*** DATA PROVIDED Section Begins ***
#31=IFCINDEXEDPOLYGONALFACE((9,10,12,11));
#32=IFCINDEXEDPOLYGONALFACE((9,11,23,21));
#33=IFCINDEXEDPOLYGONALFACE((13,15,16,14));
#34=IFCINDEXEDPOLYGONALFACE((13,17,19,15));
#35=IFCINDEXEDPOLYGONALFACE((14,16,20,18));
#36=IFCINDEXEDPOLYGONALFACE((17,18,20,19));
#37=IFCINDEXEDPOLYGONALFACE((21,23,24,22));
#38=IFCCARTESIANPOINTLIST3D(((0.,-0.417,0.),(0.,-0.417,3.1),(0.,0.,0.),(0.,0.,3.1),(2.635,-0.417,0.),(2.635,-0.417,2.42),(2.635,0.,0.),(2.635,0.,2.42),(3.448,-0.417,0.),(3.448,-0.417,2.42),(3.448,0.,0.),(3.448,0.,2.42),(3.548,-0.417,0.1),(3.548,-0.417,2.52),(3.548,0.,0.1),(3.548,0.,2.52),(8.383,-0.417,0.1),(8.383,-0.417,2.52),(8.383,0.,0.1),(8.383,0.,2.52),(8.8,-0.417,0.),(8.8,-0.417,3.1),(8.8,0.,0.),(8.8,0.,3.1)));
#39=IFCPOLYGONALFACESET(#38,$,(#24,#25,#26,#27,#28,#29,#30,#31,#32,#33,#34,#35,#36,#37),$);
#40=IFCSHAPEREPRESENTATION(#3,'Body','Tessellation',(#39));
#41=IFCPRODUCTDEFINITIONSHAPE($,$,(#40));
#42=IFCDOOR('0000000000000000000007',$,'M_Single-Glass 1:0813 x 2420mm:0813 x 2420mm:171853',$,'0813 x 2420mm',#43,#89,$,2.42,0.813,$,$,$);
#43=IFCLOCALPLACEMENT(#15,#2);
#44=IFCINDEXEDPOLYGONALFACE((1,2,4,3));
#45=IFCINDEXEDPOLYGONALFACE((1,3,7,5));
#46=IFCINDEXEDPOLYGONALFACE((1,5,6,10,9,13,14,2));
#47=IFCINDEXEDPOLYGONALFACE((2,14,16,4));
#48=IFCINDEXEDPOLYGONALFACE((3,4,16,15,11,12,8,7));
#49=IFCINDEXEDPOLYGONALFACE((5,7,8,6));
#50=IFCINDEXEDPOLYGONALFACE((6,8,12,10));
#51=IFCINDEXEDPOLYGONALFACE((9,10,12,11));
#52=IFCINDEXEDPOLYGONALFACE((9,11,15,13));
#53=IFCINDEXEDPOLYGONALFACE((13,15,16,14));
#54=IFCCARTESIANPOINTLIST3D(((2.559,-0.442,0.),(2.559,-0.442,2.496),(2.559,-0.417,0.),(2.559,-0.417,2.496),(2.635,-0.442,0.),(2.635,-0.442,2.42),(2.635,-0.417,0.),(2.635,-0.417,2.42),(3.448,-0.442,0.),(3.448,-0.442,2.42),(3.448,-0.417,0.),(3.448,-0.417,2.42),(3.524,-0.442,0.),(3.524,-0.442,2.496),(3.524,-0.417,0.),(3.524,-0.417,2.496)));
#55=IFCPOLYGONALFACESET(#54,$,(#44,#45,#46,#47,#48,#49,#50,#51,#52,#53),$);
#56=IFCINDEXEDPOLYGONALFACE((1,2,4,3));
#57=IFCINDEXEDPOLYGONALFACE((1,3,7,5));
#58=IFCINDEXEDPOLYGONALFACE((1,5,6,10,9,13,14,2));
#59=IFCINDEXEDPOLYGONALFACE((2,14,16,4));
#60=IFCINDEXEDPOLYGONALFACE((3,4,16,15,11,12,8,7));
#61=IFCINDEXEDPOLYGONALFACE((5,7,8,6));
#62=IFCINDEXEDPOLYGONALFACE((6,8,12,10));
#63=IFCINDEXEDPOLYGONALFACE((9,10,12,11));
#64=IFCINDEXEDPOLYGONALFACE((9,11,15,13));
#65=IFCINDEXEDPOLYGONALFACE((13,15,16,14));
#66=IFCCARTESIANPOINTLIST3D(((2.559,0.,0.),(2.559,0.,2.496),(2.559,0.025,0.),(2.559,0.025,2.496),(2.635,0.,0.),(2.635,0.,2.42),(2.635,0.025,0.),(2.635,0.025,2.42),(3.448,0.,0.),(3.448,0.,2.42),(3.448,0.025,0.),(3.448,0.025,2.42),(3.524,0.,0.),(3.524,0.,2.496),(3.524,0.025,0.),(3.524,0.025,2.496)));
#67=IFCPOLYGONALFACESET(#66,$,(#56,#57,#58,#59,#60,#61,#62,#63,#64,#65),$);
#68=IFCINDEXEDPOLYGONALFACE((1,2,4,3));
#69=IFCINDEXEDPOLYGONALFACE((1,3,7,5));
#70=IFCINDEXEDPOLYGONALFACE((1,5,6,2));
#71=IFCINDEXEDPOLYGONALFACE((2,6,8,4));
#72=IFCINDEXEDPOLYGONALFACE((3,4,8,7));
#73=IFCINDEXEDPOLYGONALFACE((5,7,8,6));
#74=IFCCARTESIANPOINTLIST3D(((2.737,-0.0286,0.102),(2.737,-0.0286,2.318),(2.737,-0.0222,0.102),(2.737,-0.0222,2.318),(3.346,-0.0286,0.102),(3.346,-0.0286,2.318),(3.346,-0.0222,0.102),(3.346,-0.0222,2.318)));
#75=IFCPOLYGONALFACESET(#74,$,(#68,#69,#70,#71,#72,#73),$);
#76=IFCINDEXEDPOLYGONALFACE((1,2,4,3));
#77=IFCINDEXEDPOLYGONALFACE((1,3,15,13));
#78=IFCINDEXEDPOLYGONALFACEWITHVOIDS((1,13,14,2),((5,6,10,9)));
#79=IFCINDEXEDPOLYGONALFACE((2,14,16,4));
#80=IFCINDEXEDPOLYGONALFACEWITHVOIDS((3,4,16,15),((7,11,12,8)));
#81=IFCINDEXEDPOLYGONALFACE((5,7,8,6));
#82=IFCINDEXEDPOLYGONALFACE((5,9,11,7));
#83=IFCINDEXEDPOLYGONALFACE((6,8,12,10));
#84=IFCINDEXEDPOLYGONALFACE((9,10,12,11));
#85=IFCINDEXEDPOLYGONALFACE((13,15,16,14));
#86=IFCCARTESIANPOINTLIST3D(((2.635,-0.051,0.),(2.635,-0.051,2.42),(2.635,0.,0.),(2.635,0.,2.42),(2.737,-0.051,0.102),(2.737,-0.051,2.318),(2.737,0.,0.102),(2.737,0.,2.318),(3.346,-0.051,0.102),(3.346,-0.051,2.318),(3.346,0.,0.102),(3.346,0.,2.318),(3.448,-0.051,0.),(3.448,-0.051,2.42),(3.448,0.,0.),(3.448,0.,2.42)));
*** DATA PROVIDED Section Ends ***
- WORK ITEM:
Count how many lines above carry the word "IFCINDEXEDPOLYGONALFACEWITHVOIDS". Only the number is required.

- SOLVED EXERCISE:
2